[[ Given records open ]]

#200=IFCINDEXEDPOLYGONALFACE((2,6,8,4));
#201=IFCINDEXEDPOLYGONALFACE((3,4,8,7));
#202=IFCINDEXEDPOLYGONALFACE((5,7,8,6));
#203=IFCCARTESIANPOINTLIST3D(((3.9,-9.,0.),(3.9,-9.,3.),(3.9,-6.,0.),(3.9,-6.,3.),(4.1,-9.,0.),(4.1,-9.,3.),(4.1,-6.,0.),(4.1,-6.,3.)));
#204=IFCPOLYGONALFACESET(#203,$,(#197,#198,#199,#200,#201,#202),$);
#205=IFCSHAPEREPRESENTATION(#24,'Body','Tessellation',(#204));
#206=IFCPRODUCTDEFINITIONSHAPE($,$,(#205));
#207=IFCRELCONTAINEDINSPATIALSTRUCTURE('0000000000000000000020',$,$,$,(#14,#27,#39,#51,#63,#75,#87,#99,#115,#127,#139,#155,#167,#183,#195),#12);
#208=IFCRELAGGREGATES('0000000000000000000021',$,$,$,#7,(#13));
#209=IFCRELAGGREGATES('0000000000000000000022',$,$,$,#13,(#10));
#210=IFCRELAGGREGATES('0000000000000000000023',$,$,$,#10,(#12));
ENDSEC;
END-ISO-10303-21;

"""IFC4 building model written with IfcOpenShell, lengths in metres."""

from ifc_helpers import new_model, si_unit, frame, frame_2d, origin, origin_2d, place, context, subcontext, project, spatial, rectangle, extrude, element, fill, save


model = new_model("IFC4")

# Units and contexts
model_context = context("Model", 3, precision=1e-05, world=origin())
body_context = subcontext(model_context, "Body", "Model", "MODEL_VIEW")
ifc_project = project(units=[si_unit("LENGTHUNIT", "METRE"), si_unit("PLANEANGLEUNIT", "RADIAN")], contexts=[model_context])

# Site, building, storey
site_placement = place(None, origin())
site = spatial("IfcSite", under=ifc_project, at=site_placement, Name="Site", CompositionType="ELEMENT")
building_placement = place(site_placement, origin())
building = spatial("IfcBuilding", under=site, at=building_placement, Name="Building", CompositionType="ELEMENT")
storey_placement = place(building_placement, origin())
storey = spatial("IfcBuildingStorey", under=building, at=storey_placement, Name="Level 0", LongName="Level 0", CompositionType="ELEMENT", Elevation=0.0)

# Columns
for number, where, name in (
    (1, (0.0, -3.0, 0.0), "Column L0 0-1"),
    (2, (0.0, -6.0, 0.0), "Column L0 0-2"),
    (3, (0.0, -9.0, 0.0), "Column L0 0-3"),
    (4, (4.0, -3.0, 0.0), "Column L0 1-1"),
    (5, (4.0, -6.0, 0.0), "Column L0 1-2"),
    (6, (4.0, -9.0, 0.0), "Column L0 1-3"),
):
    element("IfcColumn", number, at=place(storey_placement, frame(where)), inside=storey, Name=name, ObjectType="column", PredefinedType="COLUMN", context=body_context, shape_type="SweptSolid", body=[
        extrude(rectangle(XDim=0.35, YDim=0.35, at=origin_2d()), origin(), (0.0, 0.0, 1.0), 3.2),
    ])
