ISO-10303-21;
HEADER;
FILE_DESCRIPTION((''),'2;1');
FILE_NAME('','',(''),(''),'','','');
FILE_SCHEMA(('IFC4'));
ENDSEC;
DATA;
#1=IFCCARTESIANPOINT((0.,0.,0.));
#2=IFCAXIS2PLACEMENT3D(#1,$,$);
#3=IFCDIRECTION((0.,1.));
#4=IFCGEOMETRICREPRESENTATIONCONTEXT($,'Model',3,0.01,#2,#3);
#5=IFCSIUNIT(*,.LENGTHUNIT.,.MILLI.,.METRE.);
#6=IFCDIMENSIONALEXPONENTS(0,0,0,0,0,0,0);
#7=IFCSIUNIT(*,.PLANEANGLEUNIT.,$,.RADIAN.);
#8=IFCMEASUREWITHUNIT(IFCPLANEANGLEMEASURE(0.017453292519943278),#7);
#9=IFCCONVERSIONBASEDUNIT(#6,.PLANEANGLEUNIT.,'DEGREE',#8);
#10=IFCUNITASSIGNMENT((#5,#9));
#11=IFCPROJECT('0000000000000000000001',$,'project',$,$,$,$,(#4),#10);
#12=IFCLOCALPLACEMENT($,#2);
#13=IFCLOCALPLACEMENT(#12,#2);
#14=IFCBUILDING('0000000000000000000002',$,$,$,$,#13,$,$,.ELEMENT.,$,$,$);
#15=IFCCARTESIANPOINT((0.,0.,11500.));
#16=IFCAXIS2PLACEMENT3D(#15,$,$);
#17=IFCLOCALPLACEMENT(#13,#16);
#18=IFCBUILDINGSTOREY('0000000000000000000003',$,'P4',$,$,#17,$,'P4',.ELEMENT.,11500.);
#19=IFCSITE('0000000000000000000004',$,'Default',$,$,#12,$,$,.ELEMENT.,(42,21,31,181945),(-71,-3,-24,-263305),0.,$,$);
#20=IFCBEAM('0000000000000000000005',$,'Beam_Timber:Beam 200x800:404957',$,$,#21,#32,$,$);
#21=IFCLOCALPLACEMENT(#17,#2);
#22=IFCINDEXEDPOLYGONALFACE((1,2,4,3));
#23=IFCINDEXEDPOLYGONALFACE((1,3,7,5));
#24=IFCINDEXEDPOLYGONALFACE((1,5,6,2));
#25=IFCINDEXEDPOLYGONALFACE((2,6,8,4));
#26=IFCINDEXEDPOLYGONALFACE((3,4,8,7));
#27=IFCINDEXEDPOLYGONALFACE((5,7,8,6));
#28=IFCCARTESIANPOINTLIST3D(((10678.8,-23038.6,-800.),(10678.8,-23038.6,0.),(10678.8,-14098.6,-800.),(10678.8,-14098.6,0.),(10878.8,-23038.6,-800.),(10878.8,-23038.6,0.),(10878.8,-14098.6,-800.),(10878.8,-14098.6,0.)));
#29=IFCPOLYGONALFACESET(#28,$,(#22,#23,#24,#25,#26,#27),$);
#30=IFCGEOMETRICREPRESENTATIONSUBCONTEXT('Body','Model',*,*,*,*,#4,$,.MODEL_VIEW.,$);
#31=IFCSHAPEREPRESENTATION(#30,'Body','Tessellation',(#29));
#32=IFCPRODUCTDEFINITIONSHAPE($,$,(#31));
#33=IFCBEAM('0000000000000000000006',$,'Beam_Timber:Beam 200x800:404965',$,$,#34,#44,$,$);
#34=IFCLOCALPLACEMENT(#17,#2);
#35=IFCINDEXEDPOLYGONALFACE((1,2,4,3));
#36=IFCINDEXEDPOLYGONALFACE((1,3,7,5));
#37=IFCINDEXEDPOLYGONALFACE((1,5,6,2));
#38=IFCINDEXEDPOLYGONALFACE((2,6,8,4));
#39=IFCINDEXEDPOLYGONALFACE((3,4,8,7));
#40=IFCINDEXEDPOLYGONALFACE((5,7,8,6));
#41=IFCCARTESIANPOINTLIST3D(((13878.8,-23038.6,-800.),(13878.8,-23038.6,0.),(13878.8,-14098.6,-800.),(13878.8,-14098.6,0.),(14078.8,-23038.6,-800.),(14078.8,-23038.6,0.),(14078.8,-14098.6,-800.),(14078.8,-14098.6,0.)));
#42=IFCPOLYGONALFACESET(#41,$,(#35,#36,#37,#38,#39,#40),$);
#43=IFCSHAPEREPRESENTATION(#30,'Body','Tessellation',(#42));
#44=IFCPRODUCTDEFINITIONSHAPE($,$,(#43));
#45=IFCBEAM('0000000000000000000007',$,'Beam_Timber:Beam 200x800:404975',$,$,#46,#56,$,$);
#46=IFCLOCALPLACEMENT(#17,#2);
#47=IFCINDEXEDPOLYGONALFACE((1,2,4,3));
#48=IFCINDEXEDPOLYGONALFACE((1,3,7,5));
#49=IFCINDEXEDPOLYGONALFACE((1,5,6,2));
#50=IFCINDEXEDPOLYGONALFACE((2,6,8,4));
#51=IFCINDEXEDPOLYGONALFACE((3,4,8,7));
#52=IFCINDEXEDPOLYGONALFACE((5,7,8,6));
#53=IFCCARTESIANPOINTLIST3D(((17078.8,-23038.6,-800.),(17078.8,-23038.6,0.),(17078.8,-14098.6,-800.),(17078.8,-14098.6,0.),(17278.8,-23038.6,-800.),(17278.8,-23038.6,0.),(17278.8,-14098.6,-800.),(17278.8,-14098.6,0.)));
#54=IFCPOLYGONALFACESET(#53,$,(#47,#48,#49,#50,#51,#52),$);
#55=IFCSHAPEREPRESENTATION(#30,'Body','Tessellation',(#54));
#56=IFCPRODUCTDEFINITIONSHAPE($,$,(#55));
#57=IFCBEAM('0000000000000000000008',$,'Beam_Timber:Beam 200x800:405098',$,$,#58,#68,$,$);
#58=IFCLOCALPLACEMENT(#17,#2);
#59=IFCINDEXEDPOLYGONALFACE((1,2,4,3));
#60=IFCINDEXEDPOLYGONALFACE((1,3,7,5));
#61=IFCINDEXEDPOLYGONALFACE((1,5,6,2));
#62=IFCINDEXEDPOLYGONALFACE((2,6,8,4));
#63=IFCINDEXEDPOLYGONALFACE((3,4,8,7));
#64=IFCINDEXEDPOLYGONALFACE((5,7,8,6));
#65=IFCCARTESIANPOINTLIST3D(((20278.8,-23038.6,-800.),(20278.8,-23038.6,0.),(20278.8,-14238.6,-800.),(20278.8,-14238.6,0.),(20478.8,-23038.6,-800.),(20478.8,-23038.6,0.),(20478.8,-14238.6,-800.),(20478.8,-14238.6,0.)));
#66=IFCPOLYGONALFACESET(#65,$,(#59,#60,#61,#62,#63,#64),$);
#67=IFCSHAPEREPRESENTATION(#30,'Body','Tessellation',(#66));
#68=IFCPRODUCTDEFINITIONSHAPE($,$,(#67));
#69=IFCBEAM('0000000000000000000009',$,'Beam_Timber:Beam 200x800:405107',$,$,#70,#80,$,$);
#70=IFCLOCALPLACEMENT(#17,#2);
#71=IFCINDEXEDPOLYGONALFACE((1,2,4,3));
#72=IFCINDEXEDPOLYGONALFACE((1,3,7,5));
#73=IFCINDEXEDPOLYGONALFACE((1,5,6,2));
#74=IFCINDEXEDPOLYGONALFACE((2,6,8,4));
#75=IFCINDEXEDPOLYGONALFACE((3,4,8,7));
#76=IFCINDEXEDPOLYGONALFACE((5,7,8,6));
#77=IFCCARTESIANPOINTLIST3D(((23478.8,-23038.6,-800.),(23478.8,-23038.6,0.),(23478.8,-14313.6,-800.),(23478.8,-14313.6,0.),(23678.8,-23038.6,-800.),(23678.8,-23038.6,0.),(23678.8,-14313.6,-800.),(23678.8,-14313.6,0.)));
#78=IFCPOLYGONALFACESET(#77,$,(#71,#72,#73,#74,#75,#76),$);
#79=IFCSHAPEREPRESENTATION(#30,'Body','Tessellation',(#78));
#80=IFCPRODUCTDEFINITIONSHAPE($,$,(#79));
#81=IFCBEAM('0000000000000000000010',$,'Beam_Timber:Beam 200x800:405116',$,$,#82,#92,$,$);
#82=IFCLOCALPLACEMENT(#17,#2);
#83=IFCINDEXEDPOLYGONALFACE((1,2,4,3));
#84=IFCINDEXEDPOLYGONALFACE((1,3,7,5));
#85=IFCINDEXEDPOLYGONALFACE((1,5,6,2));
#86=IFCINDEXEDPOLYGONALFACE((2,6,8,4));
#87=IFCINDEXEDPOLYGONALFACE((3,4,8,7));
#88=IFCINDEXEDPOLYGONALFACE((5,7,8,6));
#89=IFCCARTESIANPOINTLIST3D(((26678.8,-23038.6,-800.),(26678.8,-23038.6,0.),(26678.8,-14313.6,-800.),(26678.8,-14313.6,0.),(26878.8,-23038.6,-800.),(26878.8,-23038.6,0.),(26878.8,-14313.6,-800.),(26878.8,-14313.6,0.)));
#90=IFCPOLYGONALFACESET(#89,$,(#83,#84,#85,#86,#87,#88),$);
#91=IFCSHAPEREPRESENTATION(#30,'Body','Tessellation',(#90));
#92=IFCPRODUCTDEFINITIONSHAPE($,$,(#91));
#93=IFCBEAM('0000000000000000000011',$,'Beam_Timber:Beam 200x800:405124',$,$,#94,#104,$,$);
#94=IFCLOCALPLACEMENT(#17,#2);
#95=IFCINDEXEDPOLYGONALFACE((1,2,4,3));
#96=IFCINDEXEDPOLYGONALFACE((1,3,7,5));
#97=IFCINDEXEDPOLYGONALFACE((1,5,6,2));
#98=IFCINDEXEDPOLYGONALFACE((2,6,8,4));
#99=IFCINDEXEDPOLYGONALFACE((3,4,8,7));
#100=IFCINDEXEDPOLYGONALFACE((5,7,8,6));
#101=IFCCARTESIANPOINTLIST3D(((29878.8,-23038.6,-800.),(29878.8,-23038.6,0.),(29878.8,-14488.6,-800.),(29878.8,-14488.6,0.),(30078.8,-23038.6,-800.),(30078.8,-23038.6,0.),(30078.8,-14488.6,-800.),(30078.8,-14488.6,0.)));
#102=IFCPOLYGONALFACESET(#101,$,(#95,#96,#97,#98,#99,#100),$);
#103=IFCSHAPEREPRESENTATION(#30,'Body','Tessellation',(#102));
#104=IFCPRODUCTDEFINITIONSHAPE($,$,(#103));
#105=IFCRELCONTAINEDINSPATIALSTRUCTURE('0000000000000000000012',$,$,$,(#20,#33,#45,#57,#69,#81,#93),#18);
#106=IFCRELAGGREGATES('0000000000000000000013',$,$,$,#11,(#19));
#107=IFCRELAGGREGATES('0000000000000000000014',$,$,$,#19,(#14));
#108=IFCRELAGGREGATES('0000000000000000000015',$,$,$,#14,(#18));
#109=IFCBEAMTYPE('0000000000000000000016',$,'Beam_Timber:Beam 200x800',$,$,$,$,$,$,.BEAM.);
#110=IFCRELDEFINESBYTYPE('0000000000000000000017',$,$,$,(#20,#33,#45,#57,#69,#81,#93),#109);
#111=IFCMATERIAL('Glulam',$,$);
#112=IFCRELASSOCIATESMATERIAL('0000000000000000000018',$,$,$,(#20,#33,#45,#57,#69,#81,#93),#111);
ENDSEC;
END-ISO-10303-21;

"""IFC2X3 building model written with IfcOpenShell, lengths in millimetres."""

from ifc_helpers import new_model, entity, si_unit, converted_unit, direction, frame, frame_2d, origin, place, context, subcontext, project, spatial, rectangle, extrude, material, type_object, element, save


model = new_model("IFC2X3")

# Units and contexts
model_context = context("Model", 3, precision=0.01, world=origin(), true_north=direction((0.0, 1.0)))
body_context = subcontext(model_context, "Body", "Model", "MODEL_VIEW")
ifc_project = project(units=[si_unit("LENGTHUNIT", "METRE", prefix="MILLI"), converted_unit("PLANEANGLEUNIT", "DEGREE", entity("IfcPlaneAngleMeasure", 0.017453292519943278), si_unit("PLANEANGLEUNIT", "RADIAN"), dimensions=[0, 0, 0, 0, 0, 0, 0])], contexts=[model_context])

# Site, building, storey
site_placement = place(None, origin())
site = spatial("IfcSite", under=ifc_project, at=site_placement, Name="Default", CompositionType="ELEMENT", RefLatitude=(42, 21, 31, 181945), RefLongitude=(-71, -3, -24, -263305), RefElevation=0.0)
building_placement = place(site_placement, origin())
building = spatial("IfcBuilding", under=site, at=building_placement, CompositionType="ELEMENT")
storey_placement = place(building_placement, frame((0.0, 0.0, 11500.0)))
storey = spatial("IfcBuildingStorey", under=building, at=storey_placement, Name="P4", LongName="P4", CompositionType="ELEMENT", Elevation=11500.0)

# Shared definitions
ifc_material = material(Name="Glulam")

# Beams
beam_type_1 = type_object("IfcBeamType", Name="Beam_Timber:Beam 200x800", PredefinedType="BEAM")
for number, where, z_axis, x_axis, name in (
    (1, (10778.8, -22938.6, 0.0), (0.0, 0.0, 1.0), (0.0, 1.0, 0.0), "Beam_Timber:Beam 200x800:404957"),
    (2, (13978.8, -22938.6, 0.0), (0.0, 0.0, 1.0), (0.0, 1.0, 0.0), "Beam_Timber:Beam 200x800:404965"),
    (3, (17178.8, -22938.6, 0.0), (0.0, 0.0, 1.0), (0.0, 1.0, 0.0), "Beam_Timber:Beam 200x800:404975"),
):
    element("IfcBeam", number, at=place(storey_placement, frame(where, z_axis=z_axis, x_axis=x_axis)), inside=storey, type_object=beam_type_1, material=ifc_material, Name=name, context=body_context, shape_type="SweptSolid", body=[
        extrude(rectangle(XDim=800.0, YDim=200.0, at=frame_2d((0.0, 0.0), x_axis=(1.0, 0.0))), frame((-100.0, 0.0, -400.0), z_axis=(1.0, 0.0, 0.0), x_axis=(0.0, 0.0, -1.0)), (0.0, 0.0, 1.0), 8940.0),
    ])
beam_1_placement = place(storey_placement, frame((20378.8, -22938.6, 0.0), z_axis=(0.0, 0.0, 1.0), x_axis=(0.0, 1.0, 0.0)))
element("IfcBeam", 4, at=beam_1_placement, inside=storey, type_object=beam_type_1, material=ifc_material, Name="Beam_Timber:Beam 200x800:405098", context=body_context, shape_type="SweptSolid", body=[
    extrude(rectangle(XDim=800.0, YDim=200.0, at=frame_2d((0.0, 0.0), x_axis=(1.0, 0.0))), frame((-100.0, 0.0, -400.0), z_axis=(1.0, 0.0, 0.0), x_axis=(0.0, 0.0, -1.0)), (0.0, 0.0, 1.0), 8800.0),
])
for number, where, z_axis, x_axis, name in (
    (5, (23578.8, -22938.6, 0.0), (0.0, 0.0, 1.0), (0.0, 1.0, 0.0), "Beam_Timber:Beam 200x800:405107"),
    (6, (26778.8, -22938.6, 0.0), (0.0, 0.0, 1.0), (0.0, 1.0, 0.0), "Beam_Timber:Beam 200x800:405116"),
):
    element("IfcBeam", number, at=place(storey_placement, frame(where, z_axis=z_axis, x_axis=x_axis)), inside=storey, type_object=beam_type_1, material=ifc_material, Name=name, context=body_context, shape_type="SweptSolid", body=[
        extrude(rectangle(XDim=800.0, YDim=200.0, at=frame_2d((0.0, 0.0), x_axis=(1.0, 0.0))), frame((-100.0, 0.0, -400.0), z_axis=(1.0, 0.0, 0.0), x_axis=(0.0, 0.0, -1.0)), (0.0, 0.0, 1.0), 8725.0),
    ])
beam_2_placement = place(storey_placement, frame((29978.8, -22938.6, 0.0), z_axis=(0.0, 0.0, 1.0), x_axis=(0.0, 1.0, 0.0)))
element("IfcBeam", 7, at=beam_2_placement, inside=storey, type_object=beam_type_1, material=ifc_material, Name="Beam_Timber:Beam 200x800:405124", context=body_context, shape_type="SweptSolid", body=[
    extrude(rectangle(XDim=800.0, YDim=200.0, at=frame_2d((0.0, 0.0), x_axis=(1.0, 0.0))), frame((-100.0, 0.0, -400.0), z_axis=(1.0, 0.0, 0.0), x_axis=(0.0, 0.0, -1.0)), (0.0, 0.0, 1.0), 8550.0),
])

save(model, "model.ifc")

[[ Given records closed ]]

Aim of the task ▸
Copy whichever lines of the records above contain the word "IFCPOLYGONALFACESET".

Answer to this task ▸
#204=IFCPOLYGONALFACESET(#203,$,(#197,#198,#199,#200,#201,#202),$);
#29=IFCPOLYGONALFACESET(#28,$,(#22,#23,#24,#25,#26,#27),$);
#42=IFCPOLYGONALFACESET(#41,$,(#35,#36,#37,#38,#39,#40),$);
#54=IFCPOLYGONALFACESET(#53,$,(#47,#48,#49,#50,#51,#52),$);
#66=IFCPOLYGONALFACESET(#65,$,(#59,#60,#61,#62,#63,#64),$);
#78=IFCPOLYGONALFACESET(#77,$,(#71,#72,#73,#74,#75,#76),$);
#90=IFCPOLYGONALFACESET(#89,$,(#83,#84,#85,#86,#87,#88),$);
#102=IFCPOLYGONALFACESET(#101,$,(#95,#96,#97,#98,#99,#100),$);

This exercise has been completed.